## WHAT YOU NEED TO DO:
Your answer should be the lines below from the one holding "#66=IFCINDEXEDPOLYGONALFACE((2,18,20,26,32,22,24,4));" through the one holding "#72=IFCINDEXEDPOLYGONALFACE((11,12,28,27));", copied exactly and with nothing else.

###

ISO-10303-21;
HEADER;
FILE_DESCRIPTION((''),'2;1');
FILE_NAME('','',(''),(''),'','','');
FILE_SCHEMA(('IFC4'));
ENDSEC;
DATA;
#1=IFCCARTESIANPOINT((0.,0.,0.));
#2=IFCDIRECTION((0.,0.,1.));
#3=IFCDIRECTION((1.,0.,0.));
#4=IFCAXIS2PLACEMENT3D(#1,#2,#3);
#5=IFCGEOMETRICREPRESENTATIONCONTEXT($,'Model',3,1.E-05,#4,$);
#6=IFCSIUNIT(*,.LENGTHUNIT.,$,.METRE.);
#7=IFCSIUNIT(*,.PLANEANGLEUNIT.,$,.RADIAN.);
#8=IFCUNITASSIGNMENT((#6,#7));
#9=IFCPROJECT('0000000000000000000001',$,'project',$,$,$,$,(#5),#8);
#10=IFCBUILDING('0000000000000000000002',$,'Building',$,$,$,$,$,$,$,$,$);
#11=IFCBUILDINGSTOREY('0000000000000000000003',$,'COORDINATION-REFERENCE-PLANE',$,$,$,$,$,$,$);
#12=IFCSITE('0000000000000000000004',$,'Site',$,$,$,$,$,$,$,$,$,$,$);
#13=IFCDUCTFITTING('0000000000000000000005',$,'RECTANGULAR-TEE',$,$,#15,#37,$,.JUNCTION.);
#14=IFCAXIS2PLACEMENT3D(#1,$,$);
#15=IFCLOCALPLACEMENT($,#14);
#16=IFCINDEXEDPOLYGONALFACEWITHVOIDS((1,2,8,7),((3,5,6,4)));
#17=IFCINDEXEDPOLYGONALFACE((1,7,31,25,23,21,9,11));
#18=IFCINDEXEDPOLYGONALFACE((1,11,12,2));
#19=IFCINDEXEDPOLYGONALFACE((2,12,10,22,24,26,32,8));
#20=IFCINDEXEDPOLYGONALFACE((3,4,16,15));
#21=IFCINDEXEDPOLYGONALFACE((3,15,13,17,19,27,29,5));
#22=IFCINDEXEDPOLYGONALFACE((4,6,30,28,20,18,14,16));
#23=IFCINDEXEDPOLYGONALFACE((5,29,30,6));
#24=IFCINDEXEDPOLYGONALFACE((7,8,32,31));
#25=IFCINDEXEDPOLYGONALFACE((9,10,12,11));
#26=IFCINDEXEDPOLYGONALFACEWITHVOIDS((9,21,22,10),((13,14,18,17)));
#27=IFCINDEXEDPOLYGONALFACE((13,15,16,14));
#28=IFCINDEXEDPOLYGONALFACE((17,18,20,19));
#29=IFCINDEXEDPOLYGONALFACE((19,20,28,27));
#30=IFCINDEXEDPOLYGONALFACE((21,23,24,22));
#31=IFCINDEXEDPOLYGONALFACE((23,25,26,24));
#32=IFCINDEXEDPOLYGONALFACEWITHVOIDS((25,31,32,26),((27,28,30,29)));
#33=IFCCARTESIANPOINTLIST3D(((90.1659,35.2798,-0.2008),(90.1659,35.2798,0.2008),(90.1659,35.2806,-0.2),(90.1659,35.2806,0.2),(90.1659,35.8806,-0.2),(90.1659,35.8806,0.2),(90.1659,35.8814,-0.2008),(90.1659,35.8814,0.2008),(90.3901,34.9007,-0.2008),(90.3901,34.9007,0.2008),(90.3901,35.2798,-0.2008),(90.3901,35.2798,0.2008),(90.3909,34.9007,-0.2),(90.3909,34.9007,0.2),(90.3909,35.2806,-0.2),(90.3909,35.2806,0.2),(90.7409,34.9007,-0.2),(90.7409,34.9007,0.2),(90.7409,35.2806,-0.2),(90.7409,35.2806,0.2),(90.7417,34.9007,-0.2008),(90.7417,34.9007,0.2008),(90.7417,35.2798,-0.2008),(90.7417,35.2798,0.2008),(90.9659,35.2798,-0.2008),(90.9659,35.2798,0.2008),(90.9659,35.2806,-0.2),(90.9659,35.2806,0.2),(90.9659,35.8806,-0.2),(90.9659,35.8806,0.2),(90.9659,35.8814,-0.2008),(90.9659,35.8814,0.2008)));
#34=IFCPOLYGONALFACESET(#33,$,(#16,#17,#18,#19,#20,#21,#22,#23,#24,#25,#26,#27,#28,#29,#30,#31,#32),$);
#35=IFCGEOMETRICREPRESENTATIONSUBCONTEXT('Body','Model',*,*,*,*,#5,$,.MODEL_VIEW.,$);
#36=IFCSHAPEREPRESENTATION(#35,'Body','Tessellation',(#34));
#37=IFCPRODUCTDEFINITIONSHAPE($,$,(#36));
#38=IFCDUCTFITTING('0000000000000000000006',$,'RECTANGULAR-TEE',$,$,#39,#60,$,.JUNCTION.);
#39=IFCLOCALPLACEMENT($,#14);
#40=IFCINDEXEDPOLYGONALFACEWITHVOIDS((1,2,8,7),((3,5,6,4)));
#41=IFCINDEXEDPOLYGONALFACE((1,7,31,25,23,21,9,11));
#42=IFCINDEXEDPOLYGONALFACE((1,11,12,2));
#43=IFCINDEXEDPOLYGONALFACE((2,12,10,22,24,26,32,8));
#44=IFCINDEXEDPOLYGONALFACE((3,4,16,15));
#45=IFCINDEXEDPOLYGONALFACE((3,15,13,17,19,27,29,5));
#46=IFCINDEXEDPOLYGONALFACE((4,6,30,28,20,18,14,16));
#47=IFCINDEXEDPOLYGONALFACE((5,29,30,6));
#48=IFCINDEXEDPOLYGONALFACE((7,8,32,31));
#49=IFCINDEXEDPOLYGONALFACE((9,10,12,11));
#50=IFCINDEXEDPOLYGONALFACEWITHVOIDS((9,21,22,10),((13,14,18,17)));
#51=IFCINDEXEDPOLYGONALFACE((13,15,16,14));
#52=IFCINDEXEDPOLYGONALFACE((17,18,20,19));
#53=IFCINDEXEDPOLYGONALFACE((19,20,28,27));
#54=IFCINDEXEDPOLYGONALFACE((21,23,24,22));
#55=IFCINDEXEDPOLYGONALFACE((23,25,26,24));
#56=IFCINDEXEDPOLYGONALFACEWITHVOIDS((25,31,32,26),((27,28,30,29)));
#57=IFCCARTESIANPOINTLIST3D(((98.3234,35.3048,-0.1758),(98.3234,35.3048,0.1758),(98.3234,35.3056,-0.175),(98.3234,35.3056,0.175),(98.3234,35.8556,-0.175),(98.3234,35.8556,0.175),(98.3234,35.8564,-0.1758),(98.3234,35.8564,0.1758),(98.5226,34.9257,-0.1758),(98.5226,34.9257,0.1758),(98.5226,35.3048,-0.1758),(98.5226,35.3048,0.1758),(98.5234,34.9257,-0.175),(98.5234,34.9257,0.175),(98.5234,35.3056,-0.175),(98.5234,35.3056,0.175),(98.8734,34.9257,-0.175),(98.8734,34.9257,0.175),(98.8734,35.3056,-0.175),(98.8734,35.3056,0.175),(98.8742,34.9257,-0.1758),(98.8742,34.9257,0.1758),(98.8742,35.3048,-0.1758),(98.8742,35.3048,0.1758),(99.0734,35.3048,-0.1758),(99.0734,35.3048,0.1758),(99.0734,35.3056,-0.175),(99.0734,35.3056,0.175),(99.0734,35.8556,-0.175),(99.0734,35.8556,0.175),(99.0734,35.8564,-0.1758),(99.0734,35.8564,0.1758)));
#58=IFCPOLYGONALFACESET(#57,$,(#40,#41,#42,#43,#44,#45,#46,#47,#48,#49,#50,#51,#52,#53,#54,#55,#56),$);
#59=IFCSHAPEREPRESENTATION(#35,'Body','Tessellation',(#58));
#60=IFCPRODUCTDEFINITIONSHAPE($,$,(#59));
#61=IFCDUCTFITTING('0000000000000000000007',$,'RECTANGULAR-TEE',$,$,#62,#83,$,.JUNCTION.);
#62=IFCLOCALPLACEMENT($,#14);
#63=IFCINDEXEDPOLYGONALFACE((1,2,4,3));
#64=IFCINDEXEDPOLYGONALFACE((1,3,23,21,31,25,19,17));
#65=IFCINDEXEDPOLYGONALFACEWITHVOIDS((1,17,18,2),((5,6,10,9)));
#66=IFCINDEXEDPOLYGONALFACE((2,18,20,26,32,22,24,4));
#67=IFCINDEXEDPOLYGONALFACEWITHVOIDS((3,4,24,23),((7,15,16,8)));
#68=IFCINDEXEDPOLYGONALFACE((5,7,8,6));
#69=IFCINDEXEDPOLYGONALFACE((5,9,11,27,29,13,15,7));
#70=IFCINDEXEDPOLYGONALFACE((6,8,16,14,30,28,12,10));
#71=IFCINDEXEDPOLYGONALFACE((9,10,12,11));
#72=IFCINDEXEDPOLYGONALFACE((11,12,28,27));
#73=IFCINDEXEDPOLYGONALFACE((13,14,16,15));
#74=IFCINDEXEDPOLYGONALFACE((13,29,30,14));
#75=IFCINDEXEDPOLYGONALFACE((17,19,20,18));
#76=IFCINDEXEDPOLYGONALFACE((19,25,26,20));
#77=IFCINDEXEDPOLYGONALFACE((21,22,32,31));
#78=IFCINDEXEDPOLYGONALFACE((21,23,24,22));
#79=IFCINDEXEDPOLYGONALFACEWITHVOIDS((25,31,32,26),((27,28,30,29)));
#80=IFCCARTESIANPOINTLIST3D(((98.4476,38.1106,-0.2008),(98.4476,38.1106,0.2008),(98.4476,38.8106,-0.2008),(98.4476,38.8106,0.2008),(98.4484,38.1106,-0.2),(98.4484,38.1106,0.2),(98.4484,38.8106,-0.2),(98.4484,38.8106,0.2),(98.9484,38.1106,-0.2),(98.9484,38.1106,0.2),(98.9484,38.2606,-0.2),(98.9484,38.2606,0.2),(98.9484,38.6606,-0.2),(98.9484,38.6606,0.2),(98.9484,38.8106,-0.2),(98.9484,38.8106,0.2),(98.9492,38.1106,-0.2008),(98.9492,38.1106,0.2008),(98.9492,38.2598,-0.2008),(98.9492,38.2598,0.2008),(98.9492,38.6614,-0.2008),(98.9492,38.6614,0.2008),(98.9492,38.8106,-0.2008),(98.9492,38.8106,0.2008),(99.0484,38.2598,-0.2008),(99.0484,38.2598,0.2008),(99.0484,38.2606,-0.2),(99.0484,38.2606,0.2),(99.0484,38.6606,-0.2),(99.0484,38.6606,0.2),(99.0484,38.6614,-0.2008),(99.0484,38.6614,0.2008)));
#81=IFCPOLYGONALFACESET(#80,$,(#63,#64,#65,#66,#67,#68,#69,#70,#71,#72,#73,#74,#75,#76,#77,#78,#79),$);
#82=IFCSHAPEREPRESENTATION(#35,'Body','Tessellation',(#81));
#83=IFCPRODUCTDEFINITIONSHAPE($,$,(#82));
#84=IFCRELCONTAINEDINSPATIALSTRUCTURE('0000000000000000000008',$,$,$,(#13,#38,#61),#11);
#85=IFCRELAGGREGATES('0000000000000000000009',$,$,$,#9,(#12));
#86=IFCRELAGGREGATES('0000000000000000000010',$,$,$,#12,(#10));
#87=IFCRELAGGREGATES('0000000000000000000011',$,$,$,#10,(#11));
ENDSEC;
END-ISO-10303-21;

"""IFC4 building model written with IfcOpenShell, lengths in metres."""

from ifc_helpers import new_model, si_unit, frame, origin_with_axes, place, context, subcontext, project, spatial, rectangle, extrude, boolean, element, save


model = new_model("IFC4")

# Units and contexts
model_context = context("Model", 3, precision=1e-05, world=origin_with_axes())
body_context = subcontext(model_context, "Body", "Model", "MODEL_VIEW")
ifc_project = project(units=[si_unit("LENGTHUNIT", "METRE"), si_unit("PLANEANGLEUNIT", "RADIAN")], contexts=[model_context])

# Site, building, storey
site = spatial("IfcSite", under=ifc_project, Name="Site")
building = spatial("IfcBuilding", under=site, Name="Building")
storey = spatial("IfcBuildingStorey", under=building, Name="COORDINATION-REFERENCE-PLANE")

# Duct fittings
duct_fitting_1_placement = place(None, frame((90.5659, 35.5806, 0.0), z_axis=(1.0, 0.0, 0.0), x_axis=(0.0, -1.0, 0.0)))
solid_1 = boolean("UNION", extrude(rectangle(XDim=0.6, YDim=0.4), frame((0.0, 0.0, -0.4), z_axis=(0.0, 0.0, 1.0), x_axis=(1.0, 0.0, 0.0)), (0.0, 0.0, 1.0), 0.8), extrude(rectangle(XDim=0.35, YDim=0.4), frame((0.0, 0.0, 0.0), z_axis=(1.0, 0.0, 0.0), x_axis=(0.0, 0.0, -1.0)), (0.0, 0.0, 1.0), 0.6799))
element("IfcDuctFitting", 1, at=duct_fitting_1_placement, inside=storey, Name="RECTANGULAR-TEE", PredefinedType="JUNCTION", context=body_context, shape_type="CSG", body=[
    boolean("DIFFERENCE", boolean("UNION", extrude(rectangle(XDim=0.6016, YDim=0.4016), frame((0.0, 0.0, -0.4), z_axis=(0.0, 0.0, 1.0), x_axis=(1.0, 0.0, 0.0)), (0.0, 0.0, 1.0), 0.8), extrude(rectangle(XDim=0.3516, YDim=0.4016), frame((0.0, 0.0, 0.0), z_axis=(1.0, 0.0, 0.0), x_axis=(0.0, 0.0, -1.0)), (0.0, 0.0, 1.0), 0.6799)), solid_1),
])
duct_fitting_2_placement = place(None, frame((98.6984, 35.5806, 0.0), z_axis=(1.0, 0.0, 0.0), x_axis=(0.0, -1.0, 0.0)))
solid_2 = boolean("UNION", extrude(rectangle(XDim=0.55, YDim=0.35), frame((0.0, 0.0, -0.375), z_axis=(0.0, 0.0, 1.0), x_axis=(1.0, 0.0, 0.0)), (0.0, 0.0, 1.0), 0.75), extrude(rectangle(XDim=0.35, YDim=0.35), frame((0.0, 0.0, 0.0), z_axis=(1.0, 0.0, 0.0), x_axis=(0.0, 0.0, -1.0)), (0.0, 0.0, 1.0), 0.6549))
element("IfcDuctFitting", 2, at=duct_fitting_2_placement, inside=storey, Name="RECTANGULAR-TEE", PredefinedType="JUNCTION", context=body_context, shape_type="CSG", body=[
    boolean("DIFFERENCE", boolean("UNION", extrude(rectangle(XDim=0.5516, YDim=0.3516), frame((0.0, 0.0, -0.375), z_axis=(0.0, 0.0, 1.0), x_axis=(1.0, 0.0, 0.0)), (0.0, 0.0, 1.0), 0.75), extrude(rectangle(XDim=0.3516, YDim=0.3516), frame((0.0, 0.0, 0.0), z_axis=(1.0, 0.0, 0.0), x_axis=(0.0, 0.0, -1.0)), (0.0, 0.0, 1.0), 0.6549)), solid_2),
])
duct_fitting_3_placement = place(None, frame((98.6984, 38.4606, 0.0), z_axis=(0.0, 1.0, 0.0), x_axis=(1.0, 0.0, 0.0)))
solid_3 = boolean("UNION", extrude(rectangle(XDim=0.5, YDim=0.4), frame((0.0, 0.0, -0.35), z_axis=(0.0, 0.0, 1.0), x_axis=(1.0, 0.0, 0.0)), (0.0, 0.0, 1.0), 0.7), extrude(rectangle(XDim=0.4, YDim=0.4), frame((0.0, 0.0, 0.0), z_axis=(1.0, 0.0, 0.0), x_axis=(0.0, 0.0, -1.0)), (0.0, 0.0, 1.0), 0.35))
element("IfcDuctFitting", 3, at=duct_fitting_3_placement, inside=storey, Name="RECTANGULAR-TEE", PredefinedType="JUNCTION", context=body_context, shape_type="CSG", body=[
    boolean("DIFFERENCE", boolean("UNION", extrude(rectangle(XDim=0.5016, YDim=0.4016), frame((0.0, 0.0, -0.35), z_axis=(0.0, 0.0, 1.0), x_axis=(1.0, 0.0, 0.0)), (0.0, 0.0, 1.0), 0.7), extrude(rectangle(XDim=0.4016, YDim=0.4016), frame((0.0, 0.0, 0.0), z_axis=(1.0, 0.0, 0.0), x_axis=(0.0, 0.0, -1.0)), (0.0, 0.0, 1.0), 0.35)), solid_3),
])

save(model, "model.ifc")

###

## EXERCISE OUTPUT:
#66=IFCINDEXEDPOLYGONALFACE((2,18,20,26,32,22,24,4));
#67=IFCINDEXEDPOLYGONALFACEWITHVOIDS((3,4,24,23),((7,15,16,8)));
#68=IFCINDEXEDPOLYGONALFACE((5,7,8,6));
#69=IFCINDEXEDPOLYGONALFACE((5,9,11,27,29,13,15,7));
#70=IFCINDEXEDPOLYGONALFACE((6,8,16,14,30,28,12,10));
#71=IFCINDEXEDPOLYGONALFACE((9,10,12,11));
#72=IFCINDEXEDPOLYGONALFACE((11,12,28,27));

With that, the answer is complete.